When you teach photography online course, one of the most important factors to focus on is engagement. If students are actively engaging with your photography curriculum, they’re much more likely to be successful.
Engagement involves giving your students activities to complete which will help make your online photography class more interesting. One simple way to add engagement is to include yourself in your videos. Video as a medium is automatically engaging because it adds a human element to your material.
Your whole course shouldn’t just be one long video but can incorporate elements of pre-recorded and live videos throughout.
Here are some different ways you can create some engaging videos for when teaching your online photography class.

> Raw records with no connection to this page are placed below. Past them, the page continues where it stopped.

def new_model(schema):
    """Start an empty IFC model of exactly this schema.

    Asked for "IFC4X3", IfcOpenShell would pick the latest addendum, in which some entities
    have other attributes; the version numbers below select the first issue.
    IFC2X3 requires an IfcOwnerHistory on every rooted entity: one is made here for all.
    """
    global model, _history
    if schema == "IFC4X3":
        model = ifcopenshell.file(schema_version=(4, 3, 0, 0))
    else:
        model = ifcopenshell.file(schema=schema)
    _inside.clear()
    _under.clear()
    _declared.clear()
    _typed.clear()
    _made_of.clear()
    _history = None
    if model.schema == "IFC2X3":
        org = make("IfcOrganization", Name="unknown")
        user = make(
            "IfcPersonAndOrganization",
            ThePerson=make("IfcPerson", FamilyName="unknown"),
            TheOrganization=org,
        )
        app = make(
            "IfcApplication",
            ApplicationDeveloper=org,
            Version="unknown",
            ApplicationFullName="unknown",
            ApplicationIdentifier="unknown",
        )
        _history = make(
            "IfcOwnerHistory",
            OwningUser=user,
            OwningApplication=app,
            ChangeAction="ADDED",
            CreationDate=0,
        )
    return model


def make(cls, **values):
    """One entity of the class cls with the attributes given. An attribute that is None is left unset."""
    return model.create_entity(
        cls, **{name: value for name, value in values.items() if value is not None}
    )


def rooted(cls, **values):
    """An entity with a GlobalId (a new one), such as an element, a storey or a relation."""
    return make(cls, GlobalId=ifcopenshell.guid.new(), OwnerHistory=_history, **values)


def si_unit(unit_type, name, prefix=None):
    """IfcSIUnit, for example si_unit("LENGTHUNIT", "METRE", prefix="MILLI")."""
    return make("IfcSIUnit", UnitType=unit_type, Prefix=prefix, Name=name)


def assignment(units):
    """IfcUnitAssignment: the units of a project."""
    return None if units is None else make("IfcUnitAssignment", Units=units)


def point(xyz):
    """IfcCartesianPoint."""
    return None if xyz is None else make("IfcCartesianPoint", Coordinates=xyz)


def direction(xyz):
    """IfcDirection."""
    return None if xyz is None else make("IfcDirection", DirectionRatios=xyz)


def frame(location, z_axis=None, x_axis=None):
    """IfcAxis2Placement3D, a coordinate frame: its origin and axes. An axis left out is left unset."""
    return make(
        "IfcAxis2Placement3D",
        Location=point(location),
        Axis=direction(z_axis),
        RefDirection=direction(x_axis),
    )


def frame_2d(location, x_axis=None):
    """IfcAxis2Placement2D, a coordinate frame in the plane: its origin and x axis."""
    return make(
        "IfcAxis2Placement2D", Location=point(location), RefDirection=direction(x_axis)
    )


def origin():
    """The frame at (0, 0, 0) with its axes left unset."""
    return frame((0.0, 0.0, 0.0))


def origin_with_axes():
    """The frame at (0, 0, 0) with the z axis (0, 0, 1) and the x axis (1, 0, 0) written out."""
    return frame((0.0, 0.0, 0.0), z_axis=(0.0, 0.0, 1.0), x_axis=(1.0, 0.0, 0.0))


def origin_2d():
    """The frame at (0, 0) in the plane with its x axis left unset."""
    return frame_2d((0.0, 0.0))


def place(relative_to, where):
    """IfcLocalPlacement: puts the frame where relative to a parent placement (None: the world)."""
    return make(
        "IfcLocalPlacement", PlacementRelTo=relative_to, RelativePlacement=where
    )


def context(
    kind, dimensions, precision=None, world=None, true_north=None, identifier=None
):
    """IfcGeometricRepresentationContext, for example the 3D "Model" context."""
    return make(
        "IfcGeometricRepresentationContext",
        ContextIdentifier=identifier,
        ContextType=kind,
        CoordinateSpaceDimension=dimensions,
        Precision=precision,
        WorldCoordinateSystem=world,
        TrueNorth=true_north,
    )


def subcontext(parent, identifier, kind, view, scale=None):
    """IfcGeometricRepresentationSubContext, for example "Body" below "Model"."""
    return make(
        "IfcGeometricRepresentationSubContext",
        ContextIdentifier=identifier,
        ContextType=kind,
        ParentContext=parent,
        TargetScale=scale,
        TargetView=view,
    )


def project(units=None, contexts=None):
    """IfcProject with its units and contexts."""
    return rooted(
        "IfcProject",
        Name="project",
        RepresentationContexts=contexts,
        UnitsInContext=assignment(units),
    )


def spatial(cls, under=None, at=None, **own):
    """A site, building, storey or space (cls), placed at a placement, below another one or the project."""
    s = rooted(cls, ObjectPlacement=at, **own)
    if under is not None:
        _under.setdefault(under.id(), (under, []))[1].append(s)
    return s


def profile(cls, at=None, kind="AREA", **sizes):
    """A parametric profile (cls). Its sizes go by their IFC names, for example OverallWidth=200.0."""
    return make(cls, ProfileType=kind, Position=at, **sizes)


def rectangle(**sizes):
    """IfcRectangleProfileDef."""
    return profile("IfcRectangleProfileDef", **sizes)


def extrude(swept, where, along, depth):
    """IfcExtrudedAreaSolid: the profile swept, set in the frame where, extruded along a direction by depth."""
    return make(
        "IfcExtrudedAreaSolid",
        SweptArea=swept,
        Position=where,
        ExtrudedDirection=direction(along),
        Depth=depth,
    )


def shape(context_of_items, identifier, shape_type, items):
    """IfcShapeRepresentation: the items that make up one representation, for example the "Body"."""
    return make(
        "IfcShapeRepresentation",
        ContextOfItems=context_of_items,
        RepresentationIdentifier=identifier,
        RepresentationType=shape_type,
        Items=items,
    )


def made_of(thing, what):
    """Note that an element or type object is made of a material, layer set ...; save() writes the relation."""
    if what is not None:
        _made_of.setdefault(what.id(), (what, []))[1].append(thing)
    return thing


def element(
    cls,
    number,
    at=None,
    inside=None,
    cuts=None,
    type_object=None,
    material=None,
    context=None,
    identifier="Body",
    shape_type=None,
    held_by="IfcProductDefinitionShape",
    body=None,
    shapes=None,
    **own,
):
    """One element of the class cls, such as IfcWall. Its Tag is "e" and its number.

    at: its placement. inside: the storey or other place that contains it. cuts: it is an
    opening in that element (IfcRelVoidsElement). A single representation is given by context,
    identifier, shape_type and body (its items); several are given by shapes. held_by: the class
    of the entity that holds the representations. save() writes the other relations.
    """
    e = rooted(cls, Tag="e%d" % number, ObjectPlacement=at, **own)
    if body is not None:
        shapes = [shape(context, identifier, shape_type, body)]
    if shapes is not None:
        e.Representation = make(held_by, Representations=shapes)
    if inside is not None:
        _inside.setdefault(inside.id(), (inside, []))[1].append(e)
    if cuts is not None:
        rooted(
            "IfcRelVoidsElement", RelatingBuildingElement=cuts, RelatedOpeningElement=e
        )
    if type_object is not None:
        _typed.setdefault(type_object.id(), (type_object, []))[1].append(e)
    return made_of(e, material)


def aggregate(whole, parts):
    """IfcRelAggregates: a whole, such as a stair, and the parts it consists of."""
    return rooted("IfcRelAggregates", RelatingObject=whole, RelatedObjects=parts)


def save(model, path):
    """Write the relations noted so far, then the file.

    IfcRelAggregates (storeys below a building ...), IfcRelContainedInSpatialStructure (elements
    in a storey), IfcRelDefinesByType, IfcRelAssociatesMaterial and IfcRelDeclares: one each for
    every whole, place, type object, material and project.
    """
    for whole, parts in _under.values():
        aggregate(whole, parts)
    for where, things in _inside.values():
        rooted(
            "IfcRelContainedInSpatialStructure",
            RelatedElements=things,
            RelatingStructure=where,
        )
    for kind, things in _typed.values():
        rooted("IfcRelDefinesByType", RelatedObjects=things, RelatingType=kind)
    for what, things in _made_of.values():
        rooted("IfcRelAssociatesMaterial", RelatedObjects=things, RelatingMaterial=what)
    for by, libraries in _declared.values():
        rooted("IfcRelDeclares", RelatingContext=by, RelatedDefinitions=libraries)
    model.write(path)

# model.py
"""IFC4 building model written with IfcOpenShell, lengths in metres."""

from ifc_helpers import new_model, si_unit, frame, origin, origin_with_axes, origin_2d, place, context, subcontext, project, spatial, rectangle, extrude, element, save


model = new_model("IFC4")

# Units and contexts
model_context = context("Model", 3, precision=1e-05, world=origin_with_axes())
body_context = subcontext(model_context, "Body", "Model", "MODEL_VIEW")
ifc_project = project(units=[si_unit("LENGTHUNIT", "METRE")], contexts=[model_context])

Record PowerPoint Presentations. Take the material you’re presenting in your online photography course and make a simple video that shows it in slide format. For these videos you don't have to show your face if you don't want to. To save time you can start with any of these done for you PowerPoint presentations below:
Show Don’t Tell. Create a demonstration video that shows people how to do what you’re teaching them. For example if you're teaching about lighting, connect your camera and share your screen to show students what it looks like to take a photo in natural light vs. using the flash. If you're teaching smartphone photography or iPhone photography you can connect your phone camera to your computer and share your screen for the live presentation.
Create Screen Recordings. If you’re teaching something technical such as how to edit photos on your smartphone, connect your smartphone camera to your computer record your screen when you’re showing your students how to edit.
Interview an Expert. Reach out to an expert ask them some questions that would help your students with the session’s topic. For example, in the Kids Photography Online Curriculum there's a section about Careers in Photography. You may choose to interview photographers in a variety of niches and ask them questions about the type of photography they specialize in. Some examples could include Pet Photographers, Real Estate Photographers or even Underwater Photographers. To make sure the interviews are going to be engaging to your students, take a poll and let students suggest what type of photographers they'd like to see interviewed. Have a live Q&A session to encourage students to be present during the session so they can get their questions answered (and not just wait for the recording).
Remember, the great thing about teaching photography online is that you can bring in an expert photographer from any part of the country, or even the world via Zoom or another video interview platform.
Make Resource Videos. Create videos of additional information for reference and make them available for students to watch outside the course. You could even create a slideshow of your portfolio or favorite shoots for their inspiration. Or you could take your top 10 favorite images and make a video explaining how you got the shot. If you're looking for an additional stream of income for your photography business you could take these videos and host them on a site such as Podia. Then charge a monthly fee to access the videos.
Hopefully these tips have helped you decide upon types of video you can incorporate to make your online photography class more engaging and add more value. Simple, short videos are ideal, so don’t get hung up on production issues.